Asked by Pearls59 at 2:08 PM on Jun. 3, 2011 in Money & Work

Level 1 (2 Credits)
Answers (12)
  • I've heard YES but I'm not for sure? If it's true, that's just wrong!

    Answer by anichols1 at 2:11 PM on Jun. 3, 2011

  • Yes. It's considered an income. You have to claim any and all winnings, earnings, inhertiances, profits, etc.

    Answer by Anonymous at 2:13 PM on Jun. 3, 2011

  • Yes, you will, the minute you cash out.

    If the money is in a retirement account, leave it in there! You can take out distibutions, tax-free, but there is a set amount of time that you can have the cash in your hands before rolling it over.

    If it is just cash, it will probably have to go through the probate court.

    Answer by ImaginationMama at 2:25 PM on Jun. 3, 2011

  • You have to claim it on your taxes but you will end up not paying for any of it. I got an inheritance of about $100,000 and put it on my taxes and STILL got a refund.

    Answer by Anonymous at 2:31 PM on Jun. 3, 2011

  • Talk to a financial adviser on the best way to handle this. They will be able to give you tips on how you can make the most of that money

    Answer by MrsDAP at 2:37 PM on Jun. 3, 2011

  • I had to pay on my bio dads 401k he left to us. We paid no taxes on the sizable life insurance he left to us.

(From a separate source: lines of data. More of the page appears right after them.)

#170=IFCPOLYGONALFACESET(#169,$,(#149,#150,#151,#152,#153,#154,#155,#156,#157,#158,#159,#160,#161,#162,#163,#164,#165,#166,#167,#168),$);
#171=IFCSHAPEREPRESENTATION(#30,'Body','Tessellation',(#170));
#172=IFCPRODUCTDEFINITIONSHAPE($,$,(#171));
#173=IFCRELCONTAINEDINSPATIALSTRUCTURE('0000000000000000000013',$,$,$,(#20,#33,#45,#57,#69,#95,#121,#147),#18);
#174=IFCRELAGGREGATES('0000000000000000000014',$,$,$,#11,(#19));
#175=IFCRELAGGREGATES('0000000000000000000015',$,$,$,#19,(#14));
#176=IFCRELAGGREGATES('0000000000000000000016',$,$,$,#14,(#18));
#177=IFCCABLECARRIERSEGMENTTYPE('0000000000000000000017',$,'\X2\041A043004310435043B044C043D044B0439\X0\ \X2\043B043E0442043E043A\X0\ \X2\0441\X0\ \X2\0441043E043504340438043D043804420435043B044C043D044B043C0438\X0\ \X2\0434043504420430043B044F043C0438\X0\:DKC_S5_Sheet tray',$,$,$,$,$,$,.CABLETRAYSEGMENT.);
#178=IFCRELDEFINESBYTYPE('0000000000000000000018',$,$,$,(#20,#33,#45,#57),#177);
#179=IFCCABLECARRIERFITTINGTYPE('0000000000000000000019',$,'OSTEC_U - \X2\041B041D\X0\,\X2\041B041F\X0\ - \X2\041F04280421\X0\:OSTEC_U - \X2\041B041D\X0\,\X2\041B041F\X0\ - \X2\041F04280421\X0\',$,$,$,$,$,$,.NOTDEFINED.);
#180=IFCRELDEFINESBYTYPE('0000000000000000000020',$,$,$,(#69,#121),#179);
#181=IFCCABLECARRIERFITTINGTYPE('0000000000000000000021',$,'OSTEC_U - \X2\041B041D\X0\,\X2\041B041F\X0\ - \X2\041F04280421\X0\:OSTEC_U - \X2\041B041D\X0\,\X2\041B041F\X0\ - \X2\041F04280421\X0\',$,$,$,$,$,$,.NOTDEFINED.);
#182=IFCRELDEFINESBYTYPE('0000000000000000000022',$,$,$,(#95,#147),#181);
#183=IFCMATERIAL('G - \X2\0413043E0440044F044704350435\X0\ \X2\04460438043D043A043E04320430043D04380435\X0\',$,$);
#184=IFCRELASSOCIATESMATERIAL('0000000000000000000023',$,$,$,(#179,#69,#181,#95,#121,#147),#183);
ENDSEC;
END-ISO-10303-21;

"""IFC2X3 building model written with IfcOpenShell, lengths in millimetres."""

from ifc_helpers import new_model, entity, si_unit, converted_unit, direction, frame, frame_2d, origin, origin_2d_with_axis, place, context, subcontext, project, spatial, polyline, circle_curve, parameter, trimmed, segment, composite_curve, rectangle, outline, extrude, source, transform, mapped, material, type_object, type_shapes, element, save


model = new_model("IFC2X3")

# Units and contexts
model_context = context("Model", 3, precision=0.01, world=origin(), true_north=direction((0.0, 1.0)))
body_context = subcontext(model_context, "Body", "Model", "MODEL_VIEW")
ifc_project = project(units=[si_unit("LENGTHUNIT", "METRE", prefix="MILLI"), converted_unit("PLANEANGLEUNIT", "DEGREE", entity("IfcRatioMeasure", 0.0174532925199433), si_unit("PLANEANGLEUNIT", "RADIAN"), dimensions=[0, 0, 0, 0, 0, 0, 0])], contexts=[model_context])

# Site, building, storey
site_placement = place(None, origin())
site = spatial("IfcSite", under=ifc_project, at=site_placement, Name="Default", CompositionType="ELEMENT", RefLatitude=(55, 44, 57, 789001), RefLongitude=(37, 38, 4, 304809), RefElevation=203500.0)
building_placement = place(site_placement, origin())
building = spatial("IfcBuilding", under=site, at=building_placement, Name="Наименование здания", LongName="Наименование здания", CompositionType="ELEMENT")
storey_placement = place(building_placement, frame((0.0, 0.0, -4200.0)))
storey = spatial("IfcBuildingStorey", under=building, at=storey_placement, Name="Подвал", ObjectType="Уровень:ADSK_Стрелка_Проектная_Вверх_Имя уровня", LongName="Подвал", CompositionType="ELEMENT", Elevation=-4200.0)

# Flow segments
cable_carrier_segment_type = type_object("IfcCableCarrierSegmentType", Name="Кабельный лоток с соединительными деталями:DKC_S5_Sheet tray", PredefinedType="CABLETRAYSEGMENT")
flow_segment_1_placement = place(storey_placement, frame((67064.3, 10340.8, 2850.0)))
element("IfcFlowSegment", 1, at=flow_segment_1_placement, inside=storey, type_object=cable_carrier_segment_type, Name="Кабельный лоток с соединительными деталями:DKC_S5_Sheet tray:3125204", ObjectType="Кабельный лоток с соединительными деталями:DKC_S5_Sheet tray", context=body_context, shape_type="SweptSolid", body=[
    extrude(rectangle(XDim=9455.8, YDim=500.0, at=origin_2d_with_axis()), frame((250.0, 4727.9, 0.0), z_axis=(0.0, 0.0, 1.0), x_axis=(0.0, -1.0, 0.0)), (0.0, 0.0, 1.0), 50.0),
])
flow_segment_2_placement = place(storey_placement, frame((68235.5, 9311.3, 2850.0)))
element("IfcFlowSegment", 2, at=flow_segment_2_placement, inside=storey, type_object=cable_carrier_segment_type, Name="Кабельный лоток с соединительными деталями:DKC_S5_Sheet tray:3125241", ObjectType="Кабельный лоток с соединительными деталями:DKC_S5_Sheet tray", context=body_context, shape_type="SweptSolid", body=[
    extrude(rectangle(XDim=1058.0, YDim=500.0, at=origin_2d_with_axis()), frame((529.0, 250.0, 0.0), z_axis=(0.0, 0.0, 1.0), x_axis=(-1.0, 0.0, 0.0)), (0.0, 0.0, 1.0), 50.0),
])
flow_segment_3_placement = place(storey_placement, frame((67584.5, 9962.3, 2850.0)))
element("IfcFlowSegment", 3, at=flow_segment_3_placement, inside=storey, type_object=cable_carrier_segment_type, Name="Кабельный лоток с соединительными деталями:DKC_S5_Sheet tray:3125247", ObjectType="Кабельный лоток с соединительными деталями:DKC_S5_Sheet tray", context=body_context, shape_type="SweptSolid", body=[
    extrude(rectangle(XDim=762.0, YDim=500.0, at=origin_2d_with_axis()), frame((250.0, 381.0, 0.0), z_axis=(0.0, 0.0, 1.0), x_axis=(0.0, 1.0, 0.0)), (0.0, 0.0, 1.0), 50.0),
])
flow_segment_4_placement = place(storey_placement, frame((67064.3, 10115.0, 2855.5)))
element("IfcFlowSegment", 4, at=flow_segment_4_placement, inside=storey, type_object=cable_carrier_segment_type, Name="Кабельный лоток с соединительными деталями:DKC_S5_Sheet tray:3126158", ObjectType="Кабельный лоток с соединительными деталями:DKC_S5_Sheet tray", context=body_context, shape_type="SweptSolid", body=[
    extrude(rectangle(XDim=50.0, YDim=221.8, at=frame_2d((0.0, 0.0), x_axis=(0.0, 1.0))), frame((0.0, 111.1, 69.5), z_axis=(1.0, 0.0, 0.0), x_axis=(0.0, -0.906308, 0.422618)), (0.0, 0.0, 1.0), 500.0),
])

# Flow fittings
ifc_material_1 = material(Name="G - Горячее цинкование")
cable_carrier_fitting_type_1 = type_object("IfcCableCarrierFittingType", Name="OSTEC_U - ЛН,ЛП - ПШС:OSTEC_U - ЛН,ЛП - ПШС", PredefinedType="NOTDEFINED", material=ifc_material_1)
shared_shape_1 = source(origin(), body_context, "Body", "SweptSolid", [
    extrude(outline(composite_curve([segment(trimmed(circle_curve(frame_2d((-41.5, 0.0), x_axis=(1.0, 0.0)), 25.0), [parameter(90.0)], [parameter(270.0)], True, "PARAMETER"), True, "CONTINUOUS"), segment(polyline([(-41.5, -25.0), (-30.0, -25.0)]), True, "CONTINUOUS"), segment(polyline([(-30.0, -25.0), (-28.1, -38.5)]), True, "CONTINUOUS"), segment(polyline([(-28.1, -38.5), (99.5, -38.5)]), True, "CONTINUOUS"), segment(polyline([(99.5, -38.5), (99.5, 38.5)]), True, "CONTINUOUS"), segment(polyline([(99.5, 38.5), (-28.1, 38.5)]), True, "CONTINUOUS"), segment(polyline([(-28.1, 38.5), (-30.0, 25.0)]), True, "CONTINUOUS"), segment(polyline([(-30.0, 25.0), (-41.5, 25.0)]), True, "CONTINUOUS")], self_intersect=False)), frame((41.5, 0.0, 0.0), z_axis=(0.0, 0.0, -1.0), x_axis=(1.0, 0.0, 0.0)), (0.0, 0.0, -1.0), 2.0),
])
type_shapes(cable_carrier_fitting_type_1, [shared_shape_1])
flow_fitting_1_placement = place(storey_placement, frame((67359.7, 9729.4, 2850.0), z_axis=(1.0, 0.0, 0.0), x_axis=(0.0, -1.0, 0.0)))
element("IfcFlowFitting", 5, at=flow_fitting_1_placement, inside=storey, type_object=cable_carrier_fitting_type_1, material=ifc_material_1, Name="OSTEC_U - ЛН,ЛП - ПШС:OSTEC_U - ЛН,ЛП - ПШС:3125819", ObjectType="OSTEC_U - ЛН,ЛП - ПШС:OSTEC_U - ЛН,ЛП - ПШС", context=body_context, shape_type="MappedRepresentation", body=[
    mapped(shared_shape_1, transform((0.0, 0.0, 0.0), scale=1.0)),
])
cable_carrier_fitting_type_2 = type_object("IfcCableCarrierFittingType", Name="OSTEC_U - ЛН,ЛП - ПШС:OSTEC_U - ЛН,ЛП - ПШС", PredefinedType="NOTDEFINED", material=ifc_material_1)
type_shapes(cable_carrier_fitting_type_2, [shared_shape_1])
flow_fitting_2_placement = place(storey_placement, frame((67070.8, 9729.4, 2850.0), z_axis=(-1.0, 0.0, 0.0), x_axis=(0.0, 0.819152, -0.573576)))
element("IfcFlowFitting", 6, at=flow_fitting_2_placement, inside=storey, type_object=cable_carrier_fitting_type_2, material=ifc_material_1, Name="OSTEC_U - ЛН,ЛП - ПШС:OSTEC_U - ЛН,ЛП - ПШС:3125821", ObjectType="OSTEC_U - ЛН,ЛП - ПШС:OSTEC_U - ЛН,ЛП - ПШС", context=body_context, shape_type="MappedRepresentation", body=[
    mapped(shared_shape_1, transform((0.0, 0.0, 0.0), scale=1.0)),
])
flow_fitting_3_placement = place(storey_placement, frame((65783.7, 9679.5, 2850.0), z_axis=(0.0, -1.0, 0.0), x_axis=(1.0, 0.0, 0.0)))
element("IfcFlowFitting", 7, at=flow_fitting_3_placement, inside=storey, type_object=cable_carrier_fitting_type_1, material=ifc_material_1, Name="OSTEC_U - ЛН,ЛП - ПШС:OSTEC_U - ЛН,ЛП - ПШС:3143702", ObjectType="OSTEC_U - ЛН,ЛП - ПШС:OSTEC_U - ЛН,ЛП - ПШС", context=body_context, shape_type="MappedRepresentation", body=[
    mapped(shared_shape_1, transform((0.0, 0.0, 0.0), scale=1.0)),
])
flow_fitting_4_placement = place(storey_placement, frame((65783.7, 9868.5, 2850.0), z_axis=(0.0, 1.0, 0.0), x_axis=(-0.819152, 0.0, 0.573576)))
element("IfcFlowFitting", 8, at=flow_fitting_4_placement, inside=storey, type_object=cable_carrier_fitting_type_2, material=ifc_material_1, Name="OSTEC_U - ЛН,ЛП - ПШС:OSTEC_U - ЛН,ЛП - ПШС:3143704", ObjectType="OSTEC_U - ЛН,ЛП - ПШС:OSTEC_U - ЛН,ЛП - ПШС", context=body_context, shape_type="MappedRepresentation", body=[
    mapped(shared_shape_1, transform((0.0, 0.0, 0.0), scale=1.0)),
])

    Answer by Anonymous at 2:38 PM on Jun. 3, 2011

  • Anything gift or inheritance over $16,000 is taxable.

    Answer by meooma at 4:28 PM on Jun. 3, 2011

  • The current Federal estate tax is on anything over 3.5 million.

    Answer by Keksie at 4:56 PM on Jun. 3, 2011

  • You shouldn't. Say you get an inheritance, the person giving it pays the taxes. Now if you inherit a retirement account... say a 401k, those can if you are spouse roll over into your name. Now say you cash that out. Then yes you would owe taxes. But it's not an inheritance tax, it's an early withdrawal tax. Two very different things.

    Someone that dies with a million dollar estate might owe some in taxes before it can pass on to you, and that can feel like you are paying the taxes- say you only get $900,000 instead of the full million- but technically you didn't pay it, the estate did.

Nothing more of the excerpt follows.